Her Dad's Dementia Inspired Her to Create a Guide for Family Caregivers

Dementia remains vastly under‑diagnosed in Kenya, where a mere thirty neurologists serve a population exceeding 55 million. This scarcity fuels myths that dementia is a normal part of aging or a spiritual affliction, prompting families to delay professional help and, in some cases, incur debt traveling abroad for uncertain treatments. The resulting diagnostic vacuum not only compromises patient care but also places an enormous emotional and financial burden on caregivers, who often lack formal guidance on managing the disease's unpredictable moments.
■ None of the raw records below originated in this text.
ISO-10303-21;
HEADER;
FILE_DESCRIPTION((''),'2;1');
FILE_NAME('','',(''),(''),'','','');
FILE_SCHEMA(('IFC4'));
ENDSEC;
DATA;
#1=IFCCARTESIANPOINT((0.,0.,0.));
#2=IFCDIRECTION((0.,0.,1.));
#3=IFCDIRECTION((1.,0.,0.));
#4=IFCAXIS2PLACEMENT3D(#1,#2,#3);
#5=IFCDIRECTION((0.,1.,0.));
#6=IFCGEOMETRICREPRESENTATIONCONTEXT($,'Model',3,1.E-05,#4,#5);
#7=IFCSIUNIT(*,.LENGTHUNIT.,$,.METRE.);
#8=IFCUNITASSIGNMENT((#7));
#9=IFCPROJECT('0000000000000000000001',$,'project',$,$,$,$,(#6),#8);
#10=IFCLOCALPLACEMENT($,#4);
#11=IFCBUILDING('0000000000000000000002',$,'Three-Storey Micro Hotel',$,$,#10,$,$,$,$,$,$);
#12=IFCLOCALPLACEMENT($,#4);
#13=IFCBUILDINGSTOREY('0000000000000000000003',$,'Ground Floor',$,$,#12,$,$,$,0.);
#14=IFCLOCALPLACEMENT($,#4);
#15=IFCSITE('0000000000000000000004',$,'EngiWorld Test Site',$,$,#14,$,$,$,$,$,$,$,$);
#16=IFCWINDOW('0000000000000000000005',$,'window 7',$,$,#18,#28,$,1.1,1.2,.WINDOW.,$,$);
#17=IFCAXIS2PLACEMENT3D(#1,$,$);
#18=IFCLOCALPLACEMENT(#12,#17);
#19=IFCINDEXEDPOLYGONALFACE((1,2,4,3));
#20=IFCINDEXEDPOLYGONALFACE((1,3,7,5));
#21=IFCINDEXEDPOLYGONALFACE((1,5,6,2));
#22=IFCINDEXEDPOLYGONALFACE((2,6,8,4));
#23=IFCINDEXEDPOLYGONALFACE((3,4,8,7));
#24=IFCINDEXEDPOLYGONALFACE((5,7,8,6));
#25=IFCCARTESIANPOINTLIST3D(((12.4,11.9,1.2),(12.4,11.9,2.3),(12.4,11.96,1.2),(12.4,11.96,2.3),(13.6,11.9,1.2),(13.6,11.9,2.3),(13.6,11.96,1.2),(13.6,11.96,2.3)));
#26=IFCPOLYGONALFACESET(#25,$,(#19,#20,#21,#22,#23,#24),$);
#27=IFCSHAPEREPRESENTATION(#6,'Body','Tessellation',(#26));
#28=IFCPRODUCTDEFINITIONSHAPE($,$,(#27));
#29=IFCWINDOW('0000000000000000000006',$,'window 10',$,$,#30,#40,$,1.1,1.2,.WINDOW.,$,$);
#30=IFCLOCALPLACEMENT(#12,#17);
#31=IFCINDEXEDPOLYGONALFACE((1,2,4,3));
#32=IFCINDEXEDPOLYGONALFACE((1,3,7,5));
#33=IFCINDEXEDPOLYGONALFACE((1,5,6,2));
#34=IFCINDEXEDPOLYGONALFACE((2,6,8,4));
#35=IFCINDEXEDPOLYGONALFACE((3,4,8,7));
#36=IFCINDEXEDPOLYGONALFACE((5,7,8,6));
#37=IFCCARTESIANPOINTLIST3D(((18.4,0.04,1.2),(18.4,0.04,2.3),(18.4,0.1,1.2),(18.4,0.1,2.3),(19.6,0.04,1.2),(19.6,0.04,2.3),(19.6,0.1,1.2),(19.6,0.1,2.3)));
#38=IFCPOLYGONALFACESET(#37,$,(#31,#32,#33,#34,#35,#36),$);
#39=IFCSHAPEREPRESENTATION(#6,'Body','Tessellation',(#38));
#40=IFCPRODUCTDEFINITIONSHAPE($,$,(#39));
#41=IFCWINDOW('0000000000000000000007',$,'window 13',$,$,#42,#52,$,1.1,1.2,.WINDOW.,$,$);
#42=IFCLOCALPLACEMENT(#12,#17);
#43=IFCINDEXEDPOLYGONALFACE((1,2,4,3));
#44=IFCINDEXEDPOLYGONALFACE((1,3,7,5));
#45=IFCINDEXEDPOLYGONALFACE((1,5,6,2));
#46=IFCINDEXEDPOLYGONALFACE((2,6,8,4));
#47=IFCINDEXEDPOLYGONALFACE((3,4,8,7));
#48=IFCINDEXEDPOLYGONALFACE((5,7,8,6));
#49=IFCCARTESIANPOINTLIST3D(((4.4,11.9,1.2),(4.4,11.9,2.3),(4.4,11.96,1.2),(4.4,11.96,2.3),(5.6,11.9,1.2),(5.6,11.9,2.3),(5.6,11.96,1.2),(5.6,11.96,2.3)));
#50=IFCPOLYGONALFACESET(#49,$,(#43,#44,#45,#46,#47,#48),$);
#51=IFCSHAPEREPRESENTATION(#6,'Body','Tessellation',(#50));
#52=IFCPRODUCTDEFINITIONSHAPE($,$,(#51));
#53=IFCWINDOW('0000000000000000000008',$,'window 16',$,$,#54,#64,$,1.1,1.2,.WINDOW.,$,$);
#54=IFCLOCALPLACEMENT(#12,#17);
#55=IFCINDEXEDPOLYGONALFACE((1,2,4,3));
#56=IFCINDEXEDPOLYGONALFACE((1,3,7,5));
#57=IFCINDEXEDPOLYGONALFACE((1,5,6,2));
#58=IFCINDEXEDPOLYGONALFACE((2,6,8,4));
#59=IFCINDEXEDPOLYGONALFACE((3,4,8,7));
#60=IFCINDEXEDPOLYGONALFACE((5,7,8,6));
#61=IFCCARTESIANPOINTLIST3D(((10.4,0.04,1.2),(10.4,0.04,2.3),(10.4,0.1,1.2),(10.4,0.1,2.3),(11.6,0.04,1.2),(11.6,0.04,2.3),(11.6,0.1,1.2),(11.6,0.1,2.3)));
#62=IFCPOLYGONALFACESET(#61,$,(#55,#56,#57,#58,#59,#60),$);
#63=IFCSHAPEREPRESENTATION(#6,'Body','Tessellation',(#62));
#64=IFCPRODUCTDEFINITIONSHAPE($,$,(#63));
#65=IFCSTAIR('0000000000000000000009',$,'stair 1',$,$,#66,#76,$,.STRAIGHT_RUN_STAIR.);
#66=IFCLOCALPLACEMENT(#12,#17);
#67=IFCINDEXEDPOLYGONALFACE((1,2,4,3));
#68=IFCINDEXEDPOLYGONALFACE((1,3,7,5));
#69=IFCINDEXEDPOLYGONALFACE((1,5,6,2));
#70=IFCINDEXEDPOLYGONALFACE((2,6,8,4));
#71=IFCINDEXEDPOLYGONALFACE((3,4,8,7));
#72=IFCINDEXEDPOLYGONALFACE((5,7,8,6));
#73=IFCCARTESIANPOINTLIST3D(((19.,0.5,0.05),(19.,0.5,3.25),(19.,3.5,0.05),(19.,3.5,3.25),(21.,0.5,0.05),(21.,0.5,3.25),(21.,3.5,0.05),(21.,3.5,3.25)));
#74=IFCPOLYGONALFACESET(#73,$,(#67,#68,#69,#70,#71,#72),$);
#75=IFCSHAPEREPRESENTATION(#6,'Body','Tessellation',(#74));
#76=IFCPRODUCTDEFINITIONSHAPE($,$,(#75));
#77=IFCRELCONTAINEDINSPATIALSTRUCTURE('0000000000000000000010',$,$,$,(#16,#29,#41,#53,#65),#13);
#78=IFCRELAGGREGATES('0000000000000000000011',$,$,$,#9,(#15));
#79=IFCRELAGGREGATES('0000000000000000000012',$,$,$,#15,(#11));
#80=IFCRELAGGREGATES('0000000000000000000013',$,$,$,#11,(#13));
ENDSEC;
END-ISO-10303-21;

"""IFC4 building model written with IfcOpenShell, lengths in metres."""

from ifc_helpers import new_model, si_unit, direction, frame, origin_with_axes, origin_2d_with_axis, place, context, project, spatial, rectangle, extrude, element, save


model = new_model("IFC4")

# Units and contexts
model_context = context("Model", 3, precision=1e-05, world=origin_with_axes(), true_north=direction((0.0, 1.0, 0.0)))
ifc_project = project(units=[si_unit("LENGTHUNIT", "METRE")], contexts=[model_context])

# Site, building, storey
site_placement = place(None, origin_with_axes())
site = spatial("IfcSite", under=ifc_project, at=site_placement, Name="EngiWorld Test Site")
building_placement = place(None, origin_with_axes())
building = spatial("IfcBuilding", under=site, at=building_placement, Name="Three-Storey Micro Hotel")
storey_placement = place(None, origin_with_axes())
storey = spatial("IfcBuildingStorey", under=building, at=storey_placement, Name="Ground Floor", Elevation=0.0)

# Windows
for number, where, z_axis, x_axis, name in (
    (1, (13.0, 11.93, 1.2), (0.0, 0.0, 1.0), (1.0, 0.0, 0.0), "window 7"),
    (2, (19.0, 0.07, 1.2), (0.0, 0.0, 1.0), (1.0, 0.0, 0.0), "window 10"),
    (3, (5.0, 11.93, 1.2), (0.0, 0.0, 1.0), (1.0, 0.0, 0.0), "window 13"),
    (4, (11.0, 0.07, 1.2), (0.0, 0.0, 1.0), (1.0, 0.0, 0.0), "window 16"),
):
    element("IfcWindow", number, at=place(None, frame(where, z_axis=z_axis, x_axis=x_axis)), inside=storey, Name=name, OverallHeight=1.1, OverallWidth=1.2, PredefinedType="WINDOW", context=model_context, shape_type="SweptSolid", body=[
        extrude(rectangle(XDim=1.2, YDim=0.06, at=origin_2d_with_axis()), origin_with_axes(), (0.0, 0.0, 1.0), 1.1),
    ])

# Stair
stair_placement = place(None, frame((20.0, 2.0, 0.05), z_axis=(0.0, 0.0, 1.0), x_axis=(1.0, 0.0, 0.0)))
element("IfcStair", 5, at=stair_placement, inside=storey, Name="stair 1", PredefinedType="STRAIGHT_RUN_STAIR", context=model_context, shape_type="SweptSolid", body=[
    extrude(rectangle(XDim=2.0, YDim=3.0, at=origin_2d_with_axis()), origin_with_axes(), (0.0, 0.0, 1.0), 3.2),
])

save(model, "model.ifc")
Against this backdrop, Wambūi Karanja leveraged her personal experience to develop a comprehensive caregiver guide that demystifies dementia and equips families with practical coping strategies. Her program emphasizes the importance of self‑care, community support, and simple interventions—such as music therapy—to enhance the quality of life for both patients and caregivers. By training families to recognize and accept the diagnosis early, Karanja helps prevent costly, ineffective medical pursuits and promotes dignified, person‑centered care.

Karanja’s model holds broader relevance for emerging markets where healthcare infrastructure lags. Policymakers and NGOs can replicate her community‑based approach, integrating caregiver education into public health initiatives to alleviate systemic pressures. For investors and tech firms, the gap signals opportunities for low‑cost digital platforms that deliver culturally tailored training and remote support. As the global population ages, scaling such caregiver‑focused solutions will be essential to mitigate the socioeconomic impact of dementia worldwide.